I'm happy to see it is plowing ahead steadily to a best-in-class IDE! Every
time I open it, there is a new point update[1]. The documentation and
tutorials are thankfully kept up to date. Out of the box it is an amazing
Node.js editor and debugger. It has greatly helped me develop my Javascript
skills and eased a lot of the pain I had with the lack of intellisense in that
language (.net dev here). If the vision for the app was "lets create Visual
Studio: Millennial Edition" I'd say: target destroyed. Whoever is in charge
certainly _has_ a vision, because this sort of app could easily get wrecked by
going in too many directions at once. Keep up the great work and keep on that
strategy of not listening to every single person's input ;)

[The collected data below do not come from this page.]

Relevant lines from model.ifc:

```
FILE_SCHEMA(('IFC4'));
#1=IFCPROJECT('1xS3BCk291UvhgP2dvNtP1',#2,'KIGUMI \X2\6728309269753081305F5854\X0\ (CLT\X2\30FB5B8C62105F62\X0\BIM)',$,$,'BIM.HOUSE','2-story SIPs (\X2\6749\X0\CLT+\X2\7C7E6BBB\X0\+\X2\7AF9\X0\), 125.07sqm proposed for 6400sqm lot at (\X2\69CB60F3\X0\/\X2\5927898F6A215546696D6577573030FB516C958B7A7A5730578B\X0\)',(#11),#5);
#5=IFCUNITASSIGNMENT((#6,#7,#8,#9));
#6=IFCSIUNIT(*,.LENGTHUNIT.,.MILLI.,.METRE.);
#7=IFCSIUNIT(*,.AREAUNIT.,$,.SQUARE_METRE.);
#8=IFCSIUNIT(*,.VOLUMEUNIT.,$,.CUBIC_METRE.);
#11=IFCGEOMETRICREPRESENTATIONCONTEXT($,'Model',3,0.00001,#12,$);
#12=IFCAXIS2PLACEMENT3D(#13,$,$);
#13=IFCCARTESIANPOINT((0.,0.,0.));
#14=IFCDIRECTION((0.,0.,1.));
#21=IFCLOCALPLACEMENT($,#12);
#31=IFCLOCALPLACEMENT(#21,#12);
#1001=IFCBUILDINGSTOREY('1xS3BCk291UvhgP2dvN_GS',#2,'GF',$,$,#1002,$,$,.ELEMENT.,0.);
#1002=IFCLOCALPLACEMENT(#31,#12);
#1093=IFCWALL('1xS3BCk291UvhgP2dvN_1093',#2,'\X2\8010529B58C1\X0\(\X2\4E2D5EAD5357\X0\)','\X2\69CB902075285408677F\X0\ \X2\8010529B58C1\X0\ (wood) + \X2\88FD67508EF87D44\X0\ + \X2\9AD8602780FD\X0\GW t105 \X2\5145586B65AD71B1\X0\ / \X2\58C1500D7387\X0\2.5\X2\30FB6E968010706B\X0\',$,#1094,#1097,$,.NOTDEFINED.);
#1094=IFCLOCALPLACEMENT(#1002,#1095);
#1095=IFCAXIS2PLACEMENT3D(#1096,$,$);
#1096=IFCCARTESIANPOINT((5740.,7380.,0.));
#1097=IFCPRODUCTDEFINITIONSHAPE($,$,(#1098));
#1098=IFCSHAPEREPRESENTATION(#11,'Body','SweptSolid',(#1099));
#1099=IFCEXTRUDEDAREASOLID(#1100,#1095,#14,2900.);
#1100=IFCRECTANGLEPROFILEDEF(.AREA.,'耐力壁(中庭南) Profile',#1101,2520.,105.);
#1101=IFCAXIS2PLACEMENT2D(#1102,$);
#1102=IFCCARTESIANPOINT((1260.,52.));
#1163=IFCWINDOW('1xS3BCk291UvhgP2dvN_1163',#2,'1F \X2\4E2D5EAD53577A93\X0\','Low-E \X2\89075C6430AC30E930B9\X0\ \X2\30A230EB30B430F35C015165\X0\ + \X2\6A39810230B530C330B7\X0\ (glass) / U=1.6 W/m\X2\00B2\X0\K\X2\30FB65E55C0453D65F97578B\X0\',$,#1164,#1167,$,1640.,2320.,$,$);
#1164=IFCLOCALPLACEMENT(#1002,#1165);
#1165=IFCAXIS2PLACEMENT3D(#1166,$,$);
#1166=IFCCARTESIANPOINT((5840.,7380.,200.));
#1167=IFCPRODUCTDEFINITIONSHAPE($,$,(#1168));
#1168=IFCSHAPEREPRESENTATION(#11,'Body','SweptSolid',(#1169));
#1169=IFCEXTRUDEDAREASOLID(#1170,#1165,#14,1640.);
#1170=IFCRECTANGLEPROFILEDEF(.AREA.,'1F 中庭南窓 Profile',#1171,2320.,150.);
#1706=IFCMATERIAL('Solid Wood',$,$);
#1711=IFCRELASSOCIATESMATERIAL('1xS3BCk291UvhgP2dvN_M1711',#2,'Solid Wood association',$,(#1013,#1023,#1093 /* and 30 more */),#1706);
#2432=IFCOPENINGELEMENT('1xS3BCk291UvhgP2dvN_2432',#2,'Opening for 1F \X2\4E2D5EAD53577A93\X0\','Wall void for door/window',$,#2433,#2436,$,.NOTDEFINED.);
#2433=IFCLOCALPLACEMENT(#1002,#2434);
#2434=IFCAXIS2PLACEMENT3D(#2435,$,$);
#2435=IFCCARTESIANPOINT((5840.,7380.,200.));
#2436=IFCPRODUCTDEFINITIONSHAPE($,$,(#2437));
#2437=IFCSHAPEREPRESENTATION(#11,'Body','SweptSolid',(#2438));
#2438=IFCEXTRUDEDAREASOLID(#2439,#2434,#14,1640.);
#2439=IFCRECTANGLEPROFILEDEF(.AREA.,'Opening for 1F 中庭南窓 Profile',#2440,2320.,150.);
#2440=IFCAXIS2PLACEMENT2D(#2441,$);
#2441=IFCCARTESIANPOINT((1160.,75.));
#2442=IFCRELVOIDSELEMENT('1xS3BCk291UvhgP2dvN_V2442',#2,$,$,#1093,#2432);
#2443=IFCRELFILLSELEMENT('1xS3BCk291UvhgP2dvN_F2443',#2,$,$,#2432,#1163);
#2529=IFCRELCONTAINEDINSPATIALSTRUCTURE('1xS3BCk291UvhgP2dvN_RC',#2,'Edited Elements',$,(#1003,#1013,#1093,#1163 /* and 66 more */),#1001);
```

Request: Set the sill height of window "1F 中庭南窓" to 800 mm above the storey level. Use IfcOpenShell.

```python
import numpy as np
import ifcopenshell
import ifcopenshell.api.geometry
import ifcopenshell.geom
import ifcopenshell.util.element
import ifcopenshell.util.placement
import ifcopenshell.util.shape
import ifcopenshell.util.unit

model = ifcopenshell.open("model.ifc")
unit_scale = ifcopenshell.util.unit.calculate_unit_scale(model)

window = model.by_guid("1xS3BCk291UvhgP2dvN_1163")
opening = window.FillsVoids[0].RelatingOpeningElement
storey = ifcopenshell.util.element.get_container(window, ifc_class="IfcBuildingStorey")
level = ifcopenshell.util.placement.get_local_placement(storey.ObjectPlacement)[2, 3]

# The opening's origin need not be at the sill, so measure its lowest point.
shape = ifcopenshell.geom.create_shape(ifcopenshell.geom.settings(), opening)
bottom = ifcopenshell.util.shape.get_shape_bottom_elevation(shape, shape.geometry) / unit_scale
dz = level + 0.8 / unit_scale - bottom

shift = np.array([0.0, 0.0, dz])
# The window is not placed relative to its opening, so move both.
for product in (opening, window):
    matrix = ifcopenshell.util.placement.get_local_placement(product.ObjectPlacement)
    matrix[:3, 3] += shift
    ifcopenshell.api.geometry.edit_object_placement(model, product=product, matrix=matrix, is_si=False)

print(f"moved by {dz * unit_scale:+.3f} m")

model.write("model_rev.ifc")
```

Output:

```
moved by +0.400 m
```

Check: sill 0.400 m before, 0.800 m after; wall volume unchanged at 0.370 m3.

[1] By that I mean I have it installed on mac/linux/win so when I open it on
various computers, it usually has an update waiting. Not that I've ran it six
times.

------
thatswrong0
I switched from Atom recently and have very few complaints. One of them was
the (lack of) icons in the sidebar.. the new Seti icon theme is a great
addition.

Ooh and they supposedly made Cmd-P searching ('Quick Open') faster. My other
main complaint!

Edit: Yep it's faster. I used to wait a second or two for the desired results
to pop up, now they're close to instant.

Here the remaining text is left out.